TRY IT ▸ Below are records. Copy every line with "IFCPRODUCTDEFINITIONSHAPE" in it.

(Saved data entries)
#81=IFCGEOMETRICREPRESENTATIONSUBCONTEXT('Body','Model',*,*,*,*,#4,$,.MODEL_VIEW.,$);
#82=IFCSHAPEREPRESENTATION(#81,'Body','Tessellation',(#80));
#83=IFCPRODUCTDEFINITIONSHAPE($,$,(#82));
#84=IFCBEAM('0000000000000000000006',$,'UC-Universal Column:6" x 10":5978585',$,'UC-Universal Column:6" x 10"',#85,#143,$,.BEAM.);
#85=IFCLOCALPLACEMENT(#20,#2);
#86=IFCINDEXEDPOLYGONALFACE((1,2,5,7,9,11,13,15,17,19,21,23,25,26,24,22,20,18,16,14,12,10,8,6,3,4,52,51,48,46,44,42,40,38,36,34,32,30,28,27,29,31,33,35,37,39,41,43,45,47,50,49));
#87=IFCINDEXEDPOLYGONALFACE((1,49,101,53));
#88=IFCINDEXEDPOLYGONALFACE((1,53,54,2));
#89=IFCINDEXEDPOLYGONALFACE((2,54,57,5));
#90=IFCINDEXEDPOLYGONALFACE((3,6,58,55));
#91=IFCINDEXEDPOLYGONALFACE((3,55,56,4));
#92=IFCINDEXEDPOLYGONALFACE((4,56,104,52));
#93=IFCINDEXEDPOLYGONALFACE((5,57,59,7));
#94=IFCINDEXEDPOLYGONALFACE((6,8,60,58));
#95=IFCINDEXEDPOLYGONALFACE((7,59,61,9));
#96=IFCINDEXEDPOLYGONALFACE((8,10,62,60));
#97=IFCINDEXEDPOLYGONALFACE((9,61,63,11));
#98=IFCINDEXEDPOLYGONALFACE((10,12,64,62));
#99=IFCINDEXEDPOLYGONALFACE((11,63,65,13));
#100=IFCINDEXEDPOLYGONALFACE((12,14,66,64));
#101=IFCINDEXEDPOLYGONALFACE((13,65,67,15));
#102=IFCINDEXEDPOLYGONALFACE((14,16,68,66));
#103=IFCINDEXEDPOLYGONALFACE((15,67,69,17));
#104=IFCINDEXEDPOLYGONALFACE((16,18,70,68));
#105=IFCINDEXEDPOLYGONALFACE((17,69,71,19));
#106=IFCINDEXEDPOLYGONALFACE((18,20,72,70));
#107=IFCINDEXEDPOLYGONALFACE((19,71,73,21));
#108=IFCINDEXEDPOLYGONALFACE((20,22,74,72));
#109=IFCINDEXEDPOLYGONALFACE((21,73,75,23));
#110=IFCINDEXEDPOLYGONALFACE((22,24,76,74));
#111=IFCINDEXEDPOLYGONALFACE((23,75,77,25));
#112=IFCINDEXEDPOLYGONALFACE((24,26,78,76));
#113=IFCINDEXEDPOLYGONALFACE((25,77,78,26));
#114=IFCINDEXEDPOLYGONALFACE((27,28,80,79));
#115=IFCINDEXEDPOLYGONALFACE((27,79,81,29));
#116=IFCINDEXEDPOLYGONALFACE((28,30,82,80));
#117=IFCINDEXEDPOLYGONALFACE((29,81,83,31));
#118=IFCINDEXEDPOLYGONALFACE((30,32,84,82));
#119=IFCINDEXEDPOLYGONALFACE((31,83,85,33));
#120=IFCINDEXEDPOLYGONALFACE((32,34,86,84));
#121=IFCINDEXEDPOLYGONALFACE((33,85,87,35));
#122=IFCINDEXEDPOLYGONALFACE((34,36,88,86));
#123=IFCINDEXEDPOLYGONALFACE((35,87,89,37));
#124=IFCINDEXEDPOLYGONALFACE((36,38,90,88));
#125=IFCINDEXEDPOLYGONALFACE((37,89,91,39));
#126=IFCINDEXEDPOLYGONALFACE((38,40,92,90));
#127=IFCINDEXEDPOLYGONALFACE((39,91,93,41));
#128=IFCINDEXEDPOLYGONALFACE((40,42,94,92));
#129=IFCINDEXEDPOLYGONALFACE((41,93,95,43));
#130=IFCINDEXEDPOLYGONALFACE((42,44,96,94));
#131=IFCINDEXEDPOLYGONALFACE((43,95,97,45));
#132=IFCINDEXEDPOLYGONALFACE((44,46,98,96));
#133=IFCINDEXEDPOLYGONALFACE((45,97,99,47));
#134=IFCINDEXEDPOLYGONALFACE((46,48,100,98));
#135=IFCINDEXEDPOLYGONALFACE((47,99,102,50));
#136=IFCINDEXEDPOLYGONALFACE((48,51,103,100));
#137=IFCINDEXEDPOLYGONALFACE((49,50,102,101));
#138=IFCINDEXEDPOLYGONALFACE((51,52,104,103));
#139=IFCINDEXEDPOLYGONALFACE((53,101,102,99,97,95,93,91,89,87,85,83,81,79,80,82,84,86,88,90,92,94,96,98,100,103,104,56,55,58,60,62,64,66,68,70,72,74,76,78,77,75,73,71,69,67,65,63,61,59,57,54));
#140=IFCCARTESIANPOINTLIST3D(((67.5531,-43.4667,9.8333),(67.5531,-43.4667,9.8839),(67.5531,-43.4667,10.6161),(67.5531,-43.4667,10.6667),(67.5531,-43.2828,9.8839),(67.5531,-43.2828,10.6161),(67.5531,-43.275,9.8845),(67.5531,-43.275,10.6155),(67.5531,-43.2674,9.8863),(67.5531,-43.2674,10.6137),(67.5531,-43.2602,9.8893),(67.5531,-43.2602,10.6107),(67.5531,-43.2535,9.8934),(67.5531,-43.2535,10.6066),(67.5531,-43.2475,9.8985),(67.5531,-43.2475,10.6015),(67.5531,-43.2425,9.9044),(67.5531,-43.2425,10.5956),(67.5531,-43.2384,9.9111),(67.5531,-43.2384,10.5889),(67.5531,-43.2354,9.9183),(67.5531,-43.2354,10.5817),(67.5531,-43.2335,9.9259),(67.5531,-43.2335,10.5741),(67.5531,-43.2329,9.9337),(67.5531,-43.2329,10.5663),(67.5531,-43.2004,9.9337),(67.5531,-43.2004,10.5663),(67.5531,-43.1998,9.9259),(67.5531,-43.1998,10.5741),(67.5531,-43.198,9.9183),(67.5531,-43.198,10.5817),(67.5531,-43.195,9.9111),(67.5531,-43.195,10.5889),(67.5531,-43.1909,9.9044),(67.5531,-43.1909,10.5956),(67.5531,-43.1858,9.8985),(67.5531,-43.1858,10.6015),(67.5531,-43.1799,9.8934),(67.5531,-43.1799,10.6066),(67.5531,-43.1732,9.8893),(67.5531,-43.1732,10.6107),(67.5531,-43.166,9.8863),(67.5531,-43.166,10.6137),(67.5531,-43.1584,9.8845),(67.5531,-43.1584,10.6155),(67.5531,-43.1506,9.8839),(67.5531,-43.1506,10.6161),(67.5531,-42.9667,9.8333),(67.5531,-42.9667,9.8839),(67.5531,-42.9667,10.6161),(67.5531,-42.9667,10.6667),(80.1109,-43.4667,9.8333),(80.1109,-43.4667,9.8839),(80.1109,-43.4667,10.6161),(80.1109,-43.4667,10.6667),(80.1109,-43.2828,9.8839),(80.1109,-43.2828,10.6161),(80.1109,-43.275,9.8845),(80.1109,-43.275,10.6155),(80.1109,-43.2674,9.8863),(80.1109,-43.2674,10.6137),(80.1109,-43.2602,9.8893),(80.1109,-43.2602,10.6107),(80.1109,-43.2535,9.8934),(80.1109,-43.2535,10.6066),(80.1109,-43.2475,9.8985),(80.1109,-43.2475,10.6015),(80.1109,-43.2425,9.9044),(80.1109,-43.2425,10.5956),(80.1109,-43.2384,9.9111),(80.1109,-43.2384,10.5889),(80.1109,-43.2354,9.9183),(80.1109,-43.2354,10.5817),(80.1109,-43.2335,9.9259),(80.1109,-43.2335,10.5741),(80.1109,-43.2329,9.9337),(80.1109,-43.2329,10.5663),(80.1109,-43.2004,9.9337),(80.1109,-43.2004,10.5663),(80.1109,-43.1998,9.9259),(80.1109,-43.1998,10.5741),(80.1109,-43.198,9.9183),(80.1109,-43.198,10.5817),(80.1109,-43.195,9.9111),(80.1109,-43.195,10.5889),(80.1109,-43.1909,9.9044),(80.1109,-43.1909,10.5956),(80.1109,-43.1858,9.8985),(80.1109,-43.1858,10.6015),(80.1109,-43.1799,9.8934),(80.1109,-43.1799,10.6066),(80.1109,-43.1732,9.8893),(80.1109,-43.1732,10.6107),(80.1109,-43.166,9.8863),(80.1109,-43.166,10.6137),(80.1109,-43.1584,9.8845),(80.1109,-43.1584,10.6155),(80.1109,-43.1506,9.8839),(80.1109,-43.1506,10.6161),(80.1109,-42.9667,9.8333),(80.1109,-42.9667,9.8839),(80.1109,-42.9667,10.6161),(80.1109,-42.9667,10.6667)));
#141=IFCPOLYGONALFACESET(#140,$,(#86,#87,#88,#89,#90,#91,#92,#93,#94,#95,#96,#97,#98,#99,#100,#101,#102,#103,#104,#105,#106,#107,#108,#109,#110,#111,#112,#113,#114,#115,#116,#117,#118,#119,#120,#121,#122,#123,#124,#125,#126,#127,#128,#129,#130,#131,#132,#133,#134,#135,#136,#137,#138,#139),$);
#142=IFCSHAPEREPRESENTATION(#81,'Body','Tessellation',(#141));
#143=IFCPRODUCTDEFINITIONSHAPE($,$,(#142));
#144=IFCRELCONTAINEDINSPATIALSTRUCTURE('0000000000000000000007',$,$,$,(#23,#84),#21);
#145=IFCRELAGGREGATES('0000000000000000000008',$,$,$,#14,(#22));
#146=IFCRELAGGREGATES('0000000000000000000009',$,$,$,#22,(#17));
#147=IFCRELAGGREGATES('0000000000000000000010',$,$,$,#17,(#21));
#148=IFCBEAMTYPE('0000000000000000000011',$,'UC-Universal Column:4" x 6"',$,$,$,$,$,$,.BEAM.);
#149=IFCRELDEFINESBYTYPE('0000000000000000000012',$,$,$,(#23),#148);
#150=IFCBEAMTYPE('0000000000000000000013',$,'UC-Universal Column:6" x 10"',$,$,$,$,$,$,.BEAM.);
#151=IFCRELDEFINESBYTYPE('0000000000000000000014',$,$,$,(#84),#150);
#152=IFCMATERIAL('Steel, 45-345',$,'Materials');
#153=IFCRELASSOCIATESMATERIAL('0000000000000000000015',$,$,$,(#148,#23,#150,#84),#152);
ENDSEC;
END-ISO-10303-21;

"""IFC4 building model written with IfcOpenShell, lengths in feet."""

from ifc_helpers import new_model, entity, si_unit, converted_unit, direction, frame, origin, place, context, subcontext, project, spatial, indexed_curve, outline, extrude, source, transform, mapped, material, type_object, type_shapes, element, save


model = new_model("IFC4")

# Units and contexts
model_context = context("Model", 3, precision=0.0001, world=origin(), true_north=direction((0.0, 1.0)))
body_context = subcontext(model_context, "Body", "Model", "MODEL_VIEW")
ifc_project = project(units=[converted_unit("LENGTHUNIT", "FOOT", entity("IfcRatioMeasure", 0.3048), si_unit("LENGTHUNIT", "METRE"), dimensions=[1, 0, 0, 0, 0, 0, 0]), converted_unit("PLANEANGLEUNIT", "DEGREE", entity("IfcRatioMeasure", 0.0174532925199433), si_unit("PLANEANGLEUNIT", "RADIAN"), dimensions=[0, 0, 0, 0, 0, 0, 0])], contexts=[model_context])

OUTPUT BELOW ▸
#83=IFCPRODUCTDEFINITIONSHAPE($,$,(#82));
#143=IFCPRODUCTDEFINITIONSHAPE($,$,(#142));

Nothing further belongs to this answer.